**Exercise aim**
Where a line of the data holds the word "IFCARBITRARYCLOSEDPROFILEDEF", copy that line.

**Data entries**
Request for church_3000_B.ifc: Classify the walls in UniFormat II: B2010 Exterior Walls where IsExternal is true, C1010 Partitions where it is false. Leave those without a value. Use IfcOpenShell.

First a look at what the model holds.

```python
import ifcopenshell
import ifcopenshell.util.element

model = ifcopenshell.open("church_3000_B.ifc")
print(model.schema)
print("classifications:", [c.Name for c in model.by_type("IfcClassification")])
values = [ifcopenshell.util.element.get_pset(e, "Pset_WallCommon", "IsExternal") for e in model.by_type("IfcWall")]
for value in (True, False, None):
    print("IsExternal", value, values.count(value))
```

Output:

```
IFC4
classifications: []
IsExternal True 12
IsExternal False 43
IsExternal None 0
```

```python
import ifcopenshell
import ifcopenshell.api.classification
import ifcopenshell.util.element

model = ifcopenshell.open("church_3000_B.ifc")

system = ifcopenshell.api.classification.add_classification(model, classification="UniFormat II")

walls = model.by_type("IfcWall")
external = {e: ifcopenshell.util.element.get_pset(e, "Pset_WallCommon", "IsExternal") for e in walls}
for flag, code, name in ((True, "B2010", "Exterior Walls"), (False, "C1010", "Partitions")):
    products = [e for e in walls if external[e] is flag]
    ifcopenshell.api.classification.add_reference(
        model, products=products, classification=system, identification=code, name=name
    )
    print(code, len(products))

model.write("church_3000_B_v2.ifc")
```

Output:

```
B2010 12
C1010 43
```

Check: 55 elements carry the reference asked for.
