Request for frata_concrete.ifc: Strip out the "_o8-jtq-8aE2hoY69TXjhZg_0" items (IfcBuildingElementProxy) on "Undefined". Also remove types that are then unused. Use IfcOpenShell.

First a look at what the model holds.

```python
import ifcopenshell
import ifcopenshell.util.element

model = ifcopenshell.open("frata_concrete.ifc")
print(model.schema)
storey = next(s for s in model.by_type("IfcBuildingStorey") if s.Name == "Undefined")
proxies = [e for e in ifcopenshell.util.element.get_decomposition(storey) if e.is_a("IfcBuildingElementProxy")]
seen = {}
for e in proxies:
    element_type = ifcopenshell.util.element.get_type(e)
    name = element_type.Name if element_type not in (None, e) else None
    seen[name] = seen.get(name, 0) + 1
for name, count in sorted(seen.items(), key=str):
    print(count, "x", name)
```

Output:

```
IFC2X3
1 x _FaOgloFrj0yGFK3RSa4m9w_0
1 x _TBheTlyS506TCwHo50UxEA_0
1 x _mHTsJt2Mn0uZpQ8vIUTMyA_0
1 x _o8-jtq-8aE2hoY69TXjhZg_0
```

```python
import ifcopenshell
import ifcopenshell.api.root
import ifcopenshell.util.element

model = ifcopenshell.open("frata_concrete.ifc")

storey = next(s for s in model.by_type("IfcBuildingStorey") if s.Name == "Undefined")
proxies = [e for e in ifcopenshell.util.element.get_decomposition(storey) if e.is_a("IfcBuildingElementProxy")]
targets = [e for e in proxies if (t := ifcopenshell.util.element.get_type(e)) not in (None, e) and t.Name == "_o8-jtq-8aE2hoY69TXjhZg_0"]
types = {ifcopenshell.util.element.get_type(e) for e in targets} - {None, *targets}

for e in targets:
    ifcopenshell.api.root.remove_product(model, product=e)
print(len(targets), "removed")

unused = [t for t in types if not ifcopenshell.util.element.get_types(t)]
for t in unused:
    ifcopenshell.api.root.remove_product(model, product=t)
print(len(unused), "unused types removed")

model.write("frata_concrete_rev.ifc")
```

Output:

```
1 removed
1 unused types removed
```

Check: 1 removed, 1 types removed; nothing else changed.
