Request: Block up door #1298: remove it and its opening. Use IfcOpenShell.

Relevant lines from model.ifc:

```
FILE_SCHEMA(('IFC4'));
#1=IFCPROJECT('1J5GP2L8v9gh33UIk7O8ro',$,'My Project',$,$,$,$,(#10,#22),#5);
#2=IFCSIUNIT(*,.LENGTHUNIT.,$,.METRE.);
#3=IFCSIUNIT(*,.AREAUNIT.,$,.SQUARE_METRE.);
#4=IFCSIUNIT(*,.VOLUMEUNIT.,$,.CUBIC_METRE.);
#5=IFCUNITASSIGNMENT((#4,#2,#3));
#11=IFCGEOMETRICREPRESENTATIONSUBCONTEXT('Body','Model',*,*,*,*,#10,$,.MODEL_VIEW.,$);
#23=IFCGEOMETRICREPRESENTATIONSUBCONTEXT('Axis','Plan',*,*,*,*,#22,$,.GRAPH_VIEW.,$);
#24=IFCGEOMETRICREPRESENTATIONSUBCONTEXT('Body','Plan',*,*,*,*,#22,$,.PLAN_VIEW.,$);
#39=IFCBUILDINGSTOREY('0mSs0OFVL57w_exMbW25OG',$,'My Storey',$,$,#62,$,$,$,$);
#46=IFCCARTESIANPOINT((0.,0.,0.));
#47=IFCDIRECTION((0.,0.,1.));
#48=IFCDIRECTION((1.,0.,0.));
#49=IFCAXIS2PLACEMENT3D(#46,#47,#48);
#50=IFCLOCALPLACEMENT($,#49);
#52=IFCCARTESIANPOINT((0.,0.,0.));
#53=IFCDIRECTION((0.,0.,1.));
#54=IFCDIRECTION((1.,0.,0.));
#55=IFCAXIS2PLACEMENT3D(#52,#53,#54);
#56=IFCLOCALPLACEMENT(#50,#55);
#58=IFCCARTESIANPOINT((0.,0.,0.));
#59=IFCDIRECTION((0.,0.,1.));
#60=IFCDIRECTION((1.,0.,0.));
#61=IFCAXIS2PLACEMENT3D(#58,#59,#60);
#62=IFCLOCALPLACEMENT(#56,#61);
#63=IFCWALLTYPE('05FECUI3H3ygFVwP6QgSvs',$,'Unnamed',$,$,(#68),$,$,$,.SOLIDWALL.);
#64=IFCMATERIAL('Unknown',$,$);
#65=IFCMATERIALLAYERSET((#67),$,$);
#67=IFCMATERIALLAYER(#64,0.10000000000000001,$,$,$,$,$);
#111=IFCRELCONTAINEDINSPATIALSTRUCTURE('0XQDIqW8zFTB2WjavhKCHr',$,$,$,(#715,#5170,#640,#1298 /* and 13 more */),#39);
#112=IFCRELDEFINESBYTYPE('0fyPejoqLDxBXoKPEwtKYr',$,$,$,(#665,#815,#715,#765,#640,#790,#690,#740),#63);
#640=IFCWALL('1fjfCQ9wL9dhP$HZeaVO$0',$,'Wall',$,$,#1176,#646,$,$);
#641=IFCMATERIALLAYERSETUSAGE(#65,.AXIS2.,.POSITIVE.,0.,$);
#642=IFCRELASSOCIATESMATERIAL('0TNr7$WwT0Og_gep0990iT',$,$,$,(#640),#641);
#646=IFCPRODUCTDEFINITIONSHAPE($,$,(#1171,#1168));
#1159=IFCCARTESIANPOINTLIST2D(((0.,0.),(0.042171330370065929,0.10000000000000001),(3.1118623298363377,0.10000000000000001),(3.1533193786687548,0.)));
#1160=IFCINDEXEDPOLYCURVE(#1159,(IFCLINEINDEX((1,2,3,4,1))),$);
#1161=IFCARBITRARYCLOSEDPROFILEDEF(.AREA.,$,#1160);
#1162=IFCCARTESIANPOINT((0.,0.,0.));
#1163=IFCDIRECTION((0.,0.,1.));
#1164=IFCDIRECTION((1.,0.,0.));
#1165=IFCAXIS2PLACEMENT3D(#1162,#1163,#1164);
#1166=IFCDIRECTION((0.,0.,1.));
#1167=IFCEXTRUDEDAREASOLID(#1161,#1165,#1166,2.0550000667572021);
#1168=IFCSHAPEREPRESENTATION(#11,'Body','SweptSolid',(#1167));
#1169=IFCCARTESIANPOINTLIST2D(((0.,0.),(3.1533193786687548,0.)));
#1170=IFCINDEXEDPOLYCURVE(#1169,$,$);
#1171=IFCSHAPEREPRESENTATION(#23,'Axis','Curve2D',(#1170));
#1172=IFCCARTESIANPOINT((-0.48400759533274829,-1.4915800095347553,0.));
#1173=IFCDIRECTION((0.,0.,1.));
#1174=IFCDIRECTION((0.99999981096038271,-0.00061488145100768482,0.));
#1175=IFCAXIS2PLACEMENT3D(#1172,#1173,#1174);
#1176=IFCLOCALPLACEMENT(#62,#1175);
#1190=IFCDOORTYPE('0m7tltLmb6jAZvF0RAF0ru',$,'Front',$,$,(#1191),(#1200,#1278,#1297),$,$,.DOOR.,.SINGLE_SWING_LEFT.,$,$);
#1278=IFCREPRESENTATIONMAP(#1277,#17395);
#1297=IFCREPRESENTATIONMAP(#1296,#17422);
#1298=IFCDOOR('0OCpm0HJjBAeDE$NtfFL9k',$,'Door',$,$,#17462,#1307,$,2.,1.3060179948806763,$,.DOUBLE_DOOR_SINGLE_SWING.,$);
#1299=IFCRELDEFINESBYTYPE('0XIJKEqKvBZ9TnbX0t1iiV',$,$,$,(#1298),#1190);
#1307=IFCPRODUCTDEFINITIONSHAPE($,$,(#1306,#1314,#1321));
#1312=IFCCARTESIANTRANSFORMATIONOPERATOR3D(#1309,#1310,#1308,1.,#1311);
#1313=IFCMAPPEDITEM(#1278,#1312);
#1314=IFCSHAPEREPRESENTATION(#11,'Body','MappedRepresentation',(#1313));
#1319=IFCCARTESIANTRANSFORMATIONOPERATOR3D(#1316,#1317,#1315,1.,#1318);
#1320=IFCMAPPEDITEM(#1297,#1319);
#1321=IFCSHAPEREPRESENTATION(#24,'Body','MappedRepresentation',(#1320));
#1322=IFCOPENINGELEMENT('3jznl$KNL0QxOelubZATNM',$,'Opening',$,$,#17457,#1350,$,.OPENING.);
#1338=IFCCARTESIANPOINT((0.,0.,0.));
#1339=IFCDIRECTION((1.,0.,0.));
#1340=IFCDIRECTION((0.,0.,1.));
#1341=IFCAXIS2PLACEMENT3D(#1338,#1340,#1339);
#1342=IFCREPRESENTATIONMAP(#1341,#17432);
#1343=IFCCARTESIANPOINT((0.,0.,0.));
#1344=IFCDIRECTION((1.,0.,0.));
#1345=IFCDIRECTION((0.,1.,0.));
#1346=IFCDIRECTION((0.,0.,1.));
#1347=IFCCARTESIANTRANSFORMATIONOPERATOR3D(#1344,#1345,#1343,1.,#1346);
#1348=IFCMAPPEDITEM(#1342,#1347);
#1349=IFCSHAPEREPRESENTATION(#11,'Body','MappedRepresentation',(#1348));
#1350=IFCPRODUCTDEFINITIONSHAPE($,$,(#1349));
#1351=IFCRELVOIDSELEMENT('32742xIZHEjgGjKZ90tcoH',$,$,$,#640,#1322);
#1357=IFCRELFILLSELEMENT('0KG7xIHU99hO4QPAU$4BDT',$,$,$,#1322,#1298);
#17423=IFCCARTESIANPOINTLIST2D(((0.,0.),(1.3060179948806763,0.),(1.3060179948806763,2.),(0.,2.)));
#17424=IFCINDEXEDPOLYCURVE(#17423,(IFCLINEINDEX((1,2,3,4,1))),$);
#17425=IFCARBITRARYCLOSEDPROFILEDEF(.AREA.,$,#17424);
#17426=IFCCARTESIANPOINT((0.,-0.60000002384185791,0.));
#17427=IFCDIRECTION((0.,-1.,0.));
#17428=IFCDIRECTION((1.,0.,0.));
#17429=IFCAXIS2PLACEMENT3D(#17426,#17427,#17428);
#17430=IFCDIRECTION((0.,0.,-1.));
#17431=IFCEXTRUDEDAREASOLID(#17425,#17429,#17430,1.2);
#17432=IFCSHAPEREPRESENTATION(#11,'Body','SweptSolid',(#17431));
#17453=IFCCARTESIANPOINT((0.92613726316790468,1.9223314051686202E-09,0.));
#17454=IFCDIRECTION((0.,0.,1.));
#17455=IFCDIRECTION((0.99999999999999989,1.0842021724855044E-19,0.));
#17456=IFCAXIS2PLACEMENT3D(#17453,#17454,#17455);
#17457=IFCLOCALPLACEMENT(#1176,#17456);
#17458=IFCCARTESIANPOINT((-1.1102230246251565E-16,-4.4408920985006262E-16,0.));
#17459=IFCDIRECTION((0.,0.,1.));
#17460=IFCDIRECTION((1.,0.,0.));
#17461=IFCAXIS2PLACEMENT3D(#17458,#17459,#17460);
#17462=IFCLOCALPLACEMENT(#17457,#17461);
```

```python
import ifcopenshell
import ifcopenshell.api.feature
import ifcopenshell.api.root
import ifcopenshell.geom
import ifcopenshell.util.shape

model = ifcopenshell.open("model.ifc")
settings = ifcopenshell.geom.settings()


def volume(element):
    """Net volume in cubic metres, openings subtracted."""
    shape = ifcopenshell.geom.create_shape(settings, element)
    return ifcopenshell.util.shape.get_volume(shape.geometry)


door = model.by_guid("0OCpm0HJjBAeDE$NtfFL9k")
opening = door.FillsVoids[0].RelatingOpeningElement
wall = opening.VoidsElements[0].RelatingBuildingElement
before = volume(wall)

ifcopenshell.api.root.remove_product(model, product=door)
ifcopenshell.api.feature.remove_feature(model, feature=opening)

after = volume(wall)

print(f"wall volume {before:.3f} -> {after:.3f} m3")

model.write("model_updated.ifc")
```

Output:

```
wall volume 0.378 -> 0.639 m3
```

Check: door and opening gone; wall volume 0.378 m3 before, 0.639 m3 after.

**Answer box**
#1161=IFCARBITRARYCLOSEDPROFILEDEF(.AREA.,$,#1160);
#17425=IFCARBITRARYCLOSEDPROFILEDEF(.AREA.,$,#17424);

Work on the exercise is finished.